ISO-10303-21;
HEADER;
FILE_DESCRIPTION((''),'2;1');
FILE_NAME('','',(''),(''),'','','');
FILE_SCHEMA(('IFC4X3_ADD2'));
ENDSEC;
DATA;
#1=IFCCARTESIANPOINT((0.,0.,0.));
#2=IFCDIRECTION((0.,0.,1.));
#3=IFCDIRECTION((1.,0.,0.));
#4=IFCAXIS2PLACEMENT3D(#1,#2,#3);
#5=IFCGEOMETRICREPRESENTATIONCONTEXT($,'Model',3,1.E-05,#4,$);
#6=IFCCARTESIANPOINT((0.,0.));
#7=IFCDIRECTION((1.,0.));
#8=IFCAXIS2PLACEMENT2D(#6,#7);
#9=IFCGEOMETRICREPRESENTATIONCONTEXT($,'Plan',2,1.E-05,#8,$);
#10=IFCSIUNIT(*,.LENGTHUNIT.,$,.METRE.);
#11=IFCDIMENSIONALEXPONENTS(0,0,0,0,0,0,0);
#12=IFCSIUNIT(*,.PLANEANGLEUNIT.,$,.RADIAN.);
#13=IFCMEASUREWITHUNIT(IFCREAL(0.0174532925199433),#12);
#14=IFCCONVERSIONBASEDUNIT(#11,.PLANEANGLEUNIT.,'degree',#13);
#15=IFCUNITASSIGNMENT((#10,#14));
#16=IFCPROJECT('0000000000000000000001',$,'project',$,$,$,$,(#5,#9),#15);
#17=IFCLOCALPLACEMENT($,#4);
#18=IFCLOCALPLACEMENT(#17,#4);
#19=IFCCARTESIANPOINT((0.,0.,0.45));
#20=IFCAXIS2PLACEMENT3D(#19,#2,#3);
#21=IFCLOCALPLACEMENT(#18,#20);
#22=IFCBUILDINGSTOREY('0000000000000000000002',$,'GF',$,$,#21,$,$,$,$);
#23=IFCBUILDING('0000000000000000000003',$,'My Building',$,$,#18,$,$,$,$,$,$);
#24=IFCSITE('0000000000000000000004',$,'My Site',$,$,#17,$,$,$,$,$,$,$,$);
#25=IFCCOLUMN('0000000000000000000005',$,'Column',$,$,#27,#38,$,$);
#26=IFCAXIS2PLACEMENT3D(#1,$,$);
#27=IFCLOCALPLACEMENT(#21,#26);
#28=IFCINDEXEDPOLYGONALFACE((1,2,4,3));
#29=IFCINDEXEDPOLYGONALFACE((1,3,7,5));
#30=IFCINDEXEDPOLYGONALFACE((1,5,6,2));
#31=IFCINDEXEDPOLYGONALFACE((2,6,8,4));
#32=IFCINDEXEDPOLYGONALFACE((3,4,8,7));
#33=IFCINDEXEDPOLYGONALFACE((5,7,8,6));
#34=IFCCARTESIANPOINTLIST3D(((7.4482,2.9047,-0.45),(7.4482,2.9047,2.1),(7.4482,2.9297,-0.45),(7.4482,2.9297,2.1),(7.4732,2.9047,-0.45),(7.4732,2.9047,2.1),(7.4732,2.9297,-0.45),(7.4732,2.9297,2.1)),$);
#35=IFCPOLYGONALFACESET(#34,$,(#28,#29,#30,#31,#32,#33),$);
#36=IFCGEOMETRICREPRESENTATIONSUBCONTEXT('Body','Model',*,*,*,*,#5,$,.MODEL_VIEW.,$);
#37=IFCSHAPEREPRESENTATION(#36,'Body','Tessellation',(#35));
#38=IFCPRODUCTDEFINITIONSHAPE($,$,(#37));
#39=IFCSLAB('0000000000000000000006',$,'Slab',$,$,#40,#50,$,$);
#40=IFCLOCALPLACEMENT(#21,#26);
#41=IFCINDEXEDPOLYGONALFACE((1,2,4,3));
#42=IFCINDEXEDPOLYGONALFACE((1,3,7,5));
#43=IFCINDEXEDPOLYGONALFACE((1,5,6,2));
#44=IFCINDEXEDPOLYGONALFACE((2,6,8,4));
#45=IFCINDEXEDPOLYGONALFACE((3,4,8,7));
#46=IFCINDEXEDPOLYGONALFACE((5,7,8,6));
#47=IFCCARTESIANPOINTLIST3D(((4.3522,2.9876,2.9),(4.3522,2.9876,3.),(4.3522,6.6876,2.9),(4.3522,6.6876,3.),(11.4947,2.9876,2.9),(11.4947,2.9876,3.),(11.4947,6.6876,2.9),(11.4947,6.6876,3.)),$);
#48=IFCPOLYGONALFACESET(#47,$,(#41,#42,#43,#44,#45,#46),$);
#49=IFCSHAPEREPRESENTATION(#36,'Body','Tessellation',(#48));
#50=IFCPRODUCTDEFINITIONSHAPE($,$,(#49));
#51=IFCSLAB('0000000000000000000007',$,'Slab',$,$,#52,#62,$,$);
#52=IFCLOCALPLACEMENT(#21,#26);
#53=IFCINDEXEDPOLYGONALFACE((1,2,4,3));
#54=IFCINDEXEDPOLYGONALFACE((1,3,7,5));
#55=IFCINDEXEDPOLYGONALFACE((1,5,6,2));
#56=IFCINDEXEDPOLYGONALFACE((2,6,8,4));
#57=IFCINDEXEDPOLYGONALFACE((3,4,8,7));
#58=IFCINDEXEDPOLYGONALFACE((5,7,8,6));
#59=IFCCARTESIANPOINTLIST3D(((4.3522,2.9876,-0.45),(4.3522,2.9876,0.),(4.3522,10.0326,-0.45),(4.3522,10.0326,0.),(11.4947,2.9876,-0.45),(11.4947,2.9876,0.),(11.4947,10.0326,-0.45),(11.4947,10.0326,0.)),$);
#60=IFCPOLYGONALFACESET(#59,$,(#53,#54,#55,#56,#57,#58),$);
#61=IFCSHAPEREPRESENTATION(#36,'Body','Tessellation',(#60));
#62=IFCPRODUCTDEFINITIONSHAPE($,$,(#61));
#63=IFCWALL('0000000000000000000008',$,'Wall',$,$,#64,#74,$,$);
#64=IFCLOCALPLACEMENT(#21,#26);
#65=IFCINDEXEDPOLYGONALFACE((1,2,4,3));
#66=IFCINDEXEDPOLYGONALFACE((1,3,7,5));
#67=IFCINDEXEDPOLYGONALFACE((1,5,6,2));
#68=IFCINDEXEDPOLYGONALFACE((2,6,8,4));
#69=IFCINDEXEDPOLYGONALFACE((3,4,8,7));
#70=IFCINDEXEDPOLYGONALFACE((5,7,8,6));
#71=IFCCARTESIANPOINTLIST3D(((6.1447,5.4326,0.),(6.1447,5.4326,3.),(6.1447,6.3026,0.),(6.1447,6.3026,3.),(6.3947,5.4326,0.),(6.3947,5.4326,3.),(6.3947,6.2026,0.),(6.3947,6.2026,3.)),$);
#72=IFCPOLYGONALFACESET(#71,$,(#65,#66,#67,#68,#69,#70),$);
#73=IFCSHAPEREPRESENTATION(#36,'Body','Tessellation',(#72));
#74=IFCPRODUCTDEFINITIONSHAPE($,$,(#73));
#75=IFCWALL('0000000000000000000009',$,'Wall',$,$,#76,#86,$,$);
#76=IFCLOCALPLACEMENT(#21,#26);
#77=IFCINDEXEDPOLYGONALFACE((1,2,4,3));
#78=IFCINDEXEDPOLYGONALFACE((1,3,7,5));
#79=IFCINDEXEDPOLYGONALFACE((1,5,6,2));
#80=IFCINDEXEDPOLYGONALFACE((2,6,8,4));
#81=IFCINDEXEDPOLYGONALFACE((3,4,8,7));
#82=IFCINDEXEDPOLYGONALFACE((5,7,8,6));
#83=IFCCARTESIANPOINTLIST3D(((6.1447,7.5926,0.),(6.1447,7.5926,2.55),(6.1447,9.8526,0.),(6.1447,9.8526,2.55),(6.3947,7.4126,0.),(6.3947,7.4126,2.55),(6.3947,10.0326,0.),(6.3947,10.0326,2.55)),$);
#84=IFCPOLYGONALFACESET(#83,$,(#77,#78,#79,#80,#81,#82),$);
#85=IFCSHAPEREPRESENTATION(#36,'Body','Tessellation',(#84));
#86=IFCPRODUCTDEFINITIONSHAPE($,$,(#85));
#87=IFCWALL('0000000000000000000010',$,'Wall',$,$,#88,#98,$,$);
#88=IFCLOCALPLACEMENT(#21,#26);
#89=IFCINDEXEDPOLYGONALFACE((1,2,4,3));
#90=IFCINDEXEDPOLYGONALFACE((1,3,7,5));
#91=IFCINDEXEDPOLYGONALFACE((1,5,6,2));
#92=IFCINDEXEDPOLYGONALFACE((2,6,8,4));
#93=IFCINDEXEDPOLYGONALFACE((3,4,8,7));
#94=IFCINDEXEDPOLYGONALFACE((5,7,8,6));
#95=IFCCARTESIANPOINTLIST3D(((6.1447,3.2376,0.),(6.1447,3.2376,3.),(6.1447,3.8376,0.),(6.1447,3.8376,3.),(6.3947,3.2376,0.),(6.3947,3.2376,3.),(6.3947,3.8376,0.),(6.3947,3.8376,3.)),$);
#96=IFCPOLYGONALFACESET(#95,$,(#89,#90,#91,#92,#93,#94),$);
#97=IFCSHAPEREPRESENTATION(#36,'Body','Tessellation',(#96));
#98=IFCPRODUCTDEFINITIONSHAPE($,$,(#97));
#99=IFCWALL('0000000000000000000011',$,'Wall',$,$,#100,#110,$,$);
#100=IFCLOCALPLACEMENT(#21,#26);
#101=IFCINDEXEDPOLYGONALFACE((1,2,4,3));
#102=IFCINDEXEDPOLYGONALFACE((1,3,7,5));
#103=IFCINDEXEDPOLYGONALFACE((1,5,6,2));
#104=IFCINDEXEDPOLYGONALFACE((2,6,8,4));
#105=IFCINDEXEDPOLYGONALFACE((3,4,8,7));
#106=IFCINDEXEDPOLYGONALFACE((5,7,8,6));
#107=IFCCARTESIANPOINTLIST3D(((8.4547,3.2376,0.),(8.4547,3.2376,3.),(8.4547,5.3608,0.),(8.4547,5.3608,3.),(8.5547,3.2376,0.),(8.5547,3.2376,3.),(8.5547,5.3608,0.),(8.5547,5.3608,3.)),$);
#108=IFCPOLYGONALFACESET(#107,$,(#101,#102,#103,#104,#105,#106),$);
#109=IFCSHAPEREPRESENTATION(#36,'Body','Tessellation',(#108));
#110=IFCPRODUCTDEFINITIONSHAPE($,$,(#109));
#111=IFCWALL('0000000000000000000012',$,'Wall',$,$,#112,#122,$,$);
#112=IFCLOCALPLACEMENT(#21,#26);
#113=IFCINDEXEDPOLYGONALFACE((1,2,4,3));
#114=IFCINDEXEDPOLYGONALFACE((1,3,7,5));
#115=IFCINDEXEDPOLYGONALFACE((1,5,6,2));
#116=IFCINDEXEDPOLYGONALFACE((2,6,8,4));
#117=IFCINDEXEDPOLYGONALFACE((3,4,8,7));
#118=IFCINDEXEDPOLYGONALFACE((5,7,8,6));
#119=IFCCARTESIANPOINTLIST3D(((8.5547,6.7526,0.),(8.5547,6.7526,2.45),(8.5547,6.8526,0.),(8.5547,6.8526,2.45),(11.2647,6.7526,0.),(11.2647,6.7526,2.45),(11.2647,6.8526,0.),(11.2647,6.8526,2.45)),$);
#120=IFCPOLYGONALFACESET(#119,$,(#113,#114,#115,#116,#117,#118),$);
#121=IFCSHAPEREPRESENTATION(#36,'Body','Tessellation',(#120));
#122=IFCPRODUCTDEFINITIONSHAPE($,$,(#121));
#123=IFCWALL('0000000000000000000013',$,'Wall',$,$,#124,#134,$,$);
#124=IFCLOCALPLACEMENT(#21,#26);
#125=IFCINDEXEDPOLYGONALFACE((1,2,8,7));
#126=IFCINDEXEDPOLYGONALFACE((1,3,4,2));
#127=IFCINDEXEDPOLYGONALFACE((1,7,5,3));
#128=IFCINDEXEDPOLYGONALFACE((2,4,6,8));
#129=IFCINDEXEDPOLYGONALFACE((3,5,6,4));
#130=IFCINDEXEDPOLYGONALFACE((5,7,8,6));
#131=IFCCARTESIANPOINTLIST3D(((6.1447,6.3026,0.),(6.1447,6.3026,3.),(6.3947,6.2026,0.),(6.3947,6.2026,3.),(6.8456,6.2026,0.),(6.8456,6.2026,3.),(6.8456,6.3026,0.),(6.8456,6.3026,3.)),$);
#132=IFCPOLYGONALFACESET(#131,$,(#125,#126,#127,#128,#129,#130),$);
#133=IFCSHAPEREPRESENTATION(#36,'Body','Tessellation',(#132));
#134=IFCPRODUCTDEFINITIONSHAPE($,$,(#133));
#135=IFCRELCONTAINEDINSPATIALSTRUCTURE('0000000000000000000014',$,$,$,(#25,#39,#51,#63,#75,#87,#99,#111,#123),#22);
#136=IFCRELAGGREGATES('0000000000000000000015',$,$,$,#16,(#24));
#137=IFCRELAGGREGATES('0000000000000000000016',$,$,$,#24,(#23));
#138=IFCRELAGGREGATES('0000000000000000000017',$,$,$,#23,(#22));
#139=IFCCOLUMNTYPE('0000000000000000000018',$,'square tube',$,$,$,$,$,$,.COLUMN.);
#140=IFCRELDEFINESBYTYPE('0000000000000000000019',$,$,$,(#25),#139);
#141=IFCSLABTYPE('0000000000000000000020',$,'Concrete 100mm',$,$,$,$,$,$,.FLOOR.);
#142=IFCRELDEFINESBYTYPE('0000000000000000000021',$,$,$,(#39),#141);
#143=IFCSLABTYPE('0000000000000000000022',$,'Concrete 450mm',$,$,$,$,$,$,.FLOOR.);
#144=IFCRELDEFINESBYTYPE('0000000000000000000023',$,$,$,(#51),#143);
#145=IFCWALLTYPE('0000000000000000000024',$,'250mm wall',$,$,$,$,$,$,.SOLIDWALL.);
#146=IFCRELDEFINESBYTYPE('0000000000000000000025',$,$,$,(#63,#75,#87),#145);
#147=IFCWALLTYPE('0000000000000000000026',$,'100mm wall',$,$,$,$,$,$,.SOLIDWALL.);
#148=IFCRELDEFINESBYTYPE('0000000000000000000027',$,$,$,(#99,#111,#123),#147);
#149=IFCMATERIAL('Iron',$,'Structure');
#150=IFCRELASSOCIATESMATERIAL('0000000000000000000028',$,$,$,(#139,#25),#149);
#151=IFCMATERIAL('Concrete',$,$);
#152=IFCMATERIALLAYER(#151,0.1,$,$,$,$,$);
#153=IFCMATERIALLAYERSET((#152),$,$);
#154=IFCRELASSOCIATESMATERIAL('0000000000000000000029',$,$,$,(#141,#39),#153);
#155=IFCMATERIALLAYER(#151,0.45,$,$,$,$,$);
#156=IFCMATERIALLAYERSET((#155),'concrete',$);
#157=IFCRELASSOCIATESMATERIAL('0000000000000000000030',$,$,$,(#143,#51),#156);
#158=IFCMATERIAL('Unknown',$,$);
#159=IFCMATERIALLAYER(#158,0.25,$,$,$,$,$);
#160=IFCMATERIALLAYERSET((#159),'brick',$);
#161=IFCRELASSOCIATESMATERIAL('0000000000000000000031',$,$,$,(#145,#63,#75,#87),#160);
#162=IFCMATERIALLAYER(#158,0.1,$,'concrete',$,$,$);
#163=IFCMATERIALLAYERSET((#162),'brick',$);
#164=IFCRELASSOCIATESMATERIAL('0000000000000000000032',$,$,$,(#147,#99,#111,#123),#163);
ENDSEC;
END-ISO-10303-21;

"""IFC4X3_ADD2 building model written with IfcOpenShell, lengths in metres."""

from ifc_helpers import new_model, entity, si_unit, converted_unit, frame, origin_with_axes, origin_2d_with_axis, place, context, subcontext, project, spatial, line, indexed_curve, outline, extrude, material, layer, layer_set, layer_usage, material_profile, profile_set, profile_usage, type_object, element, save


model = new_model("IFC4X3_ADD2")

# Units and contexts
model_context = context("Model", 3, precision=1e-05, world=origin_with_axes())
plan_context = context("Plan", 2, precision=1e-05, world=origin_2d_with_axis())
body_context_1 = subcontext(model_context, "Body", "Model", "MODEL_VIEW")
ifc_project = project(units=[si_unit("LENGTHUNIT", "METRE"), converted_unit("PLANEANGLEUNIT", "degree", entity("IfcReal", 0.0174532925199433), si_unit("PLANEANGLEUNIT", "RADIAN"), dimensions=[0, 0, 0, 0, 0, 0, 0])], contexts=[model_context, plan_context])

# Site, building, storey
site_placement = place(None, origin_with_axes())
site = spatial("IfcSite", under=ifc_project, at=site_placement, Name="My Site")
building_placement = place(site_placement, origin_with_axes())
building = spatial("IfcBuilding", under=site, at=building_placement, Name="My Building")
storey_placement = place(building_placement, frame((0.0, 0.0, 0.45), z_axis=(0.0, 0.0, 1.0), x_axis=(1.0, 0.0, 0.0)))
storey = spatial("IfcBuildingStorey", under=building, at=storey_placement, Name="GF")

• **Task to complete**
Of all the entries above, repeat only the lines from the line that has "#85=IFCSHAPEREPRESENTATION(#36,'Body','Tessellation',(#84));" to the line that has "#118=IFCINDEXEDPOLYGONALFACE((5,7,8,6));", both lines included, exactly.

• **Task answer**
#85=IFCSHAPEREPRESENTATION(#36,'Body','Tessellation',(#84));
#86=IFCPRODUCTDEFINITIONSHAPE($,$,(#85));
#87=IFCWALL('0000000000000000000010',$,'Wall',$,$,#88,#98,$,$);
#88=IFCLOCALPLACEMENT(#21,#26);
#89=IFCINDEXEDPOLYGONALFACE((1,2,4,3));
#90=IFCINDEXEDPOLYGONALFACE((1,3,7,5));
#91=IFCINDEXEDPOLYGONALFACE((1,5,6,2));
#92=IFCINDEXEDPOLYGONALFACE((2,6,8,4));
#93=IFCINDEXEDPOLYGONALFACE((3,4,8,7));
#94=IFCINDEXEDPOLYGONALFACE((5,7,8,6));
#95=IFCCARTESIANPOINTLIST3D(((6.1447,3.2376,0.),(6.1447,3.2376,3.),(6.1447,3.8376,0.),(6.1447,3.8376,3.),(6.3947,3.2376,0.),(6.3947,3.2376,3.),(6.3947,3.8376,0.),(6.3947,3.8376,3.)),$);
#96=IFCPOLYGONALFACESET(#95,$,(#89,#90,#91,#92,#93,#94),$);
#97=IFCSHAPEREPRESENTATION(#36,'Body','Tessellation',(#96));
#98=IFCPRODUCTDEFINITIONSHAPE($,$,(#97));
#99=IFCWALL('0000000000000000000011',$,'Wall',$,$,#100,#110,$,$);
#100=IFCLOCALPLACEMENT(#21,#26);
#101=IFCINDEXEDPOLYGONALFACE((1,2,4,3));
#102=IFCINDEXEDPOLYGONALFACE((1,3,7,5));
#103=IFCINDEXEDPOLYGONALFACE((1,5,6,2));
#104=IFCINDEXEDPOLYGONALFACE((2,6,8,4));
#105=IFCINDEXEDPOLYGONALFACE((3,4,8,7));
#106=IFCINDEXEDPOLYGONALFACE((5,7,8,6));
#107=IFCCARTESIANPOINTLIST3D(((8.4547,3.2376,0.),(8.4547,3.2376,3.),(8.4547,5.3608,0.),(8.4547,5.3608,3.),(8.5547,3.2376,0.),(8.5547,3.2376,3.),(8.5547,5.3608,0.),(8.5547,5.3608,3.)),$);
#108=IFCPOLYGONALFACESET(#107,$,(#101,#102,#103,#104,#105,#106),$);
#109=IFCSHAPEREPRESENTATION(#36,'Body','Tessellation',(#108));
#110=IFCPRODUCTDEFINITIONSHAPE($,$,(#109));
#111=IFCWALL('0000000000000000000012',$,'Wall',$,$,#112,#122,$,$);
#112=IFCLOCALPLACEMENT(#21,#26);
#113=IFCINDEXEDPOLYGONALFACE((1,2,4,3));
#114=IFCINDEXEDPOLYGONALFACE((1,3,7,5));
#115=IFCINDEXEDPOLYGONALFACE((1,5,6,2));
#116=IFCINDEXEDPOLYGONALFACE((2,6,8,4));
#117=IFCINDEXEDPOLYGONALFACE((3,4,8,7));
#118=IFCINDEXEDPOLYGONALFACE((5,7,8,6));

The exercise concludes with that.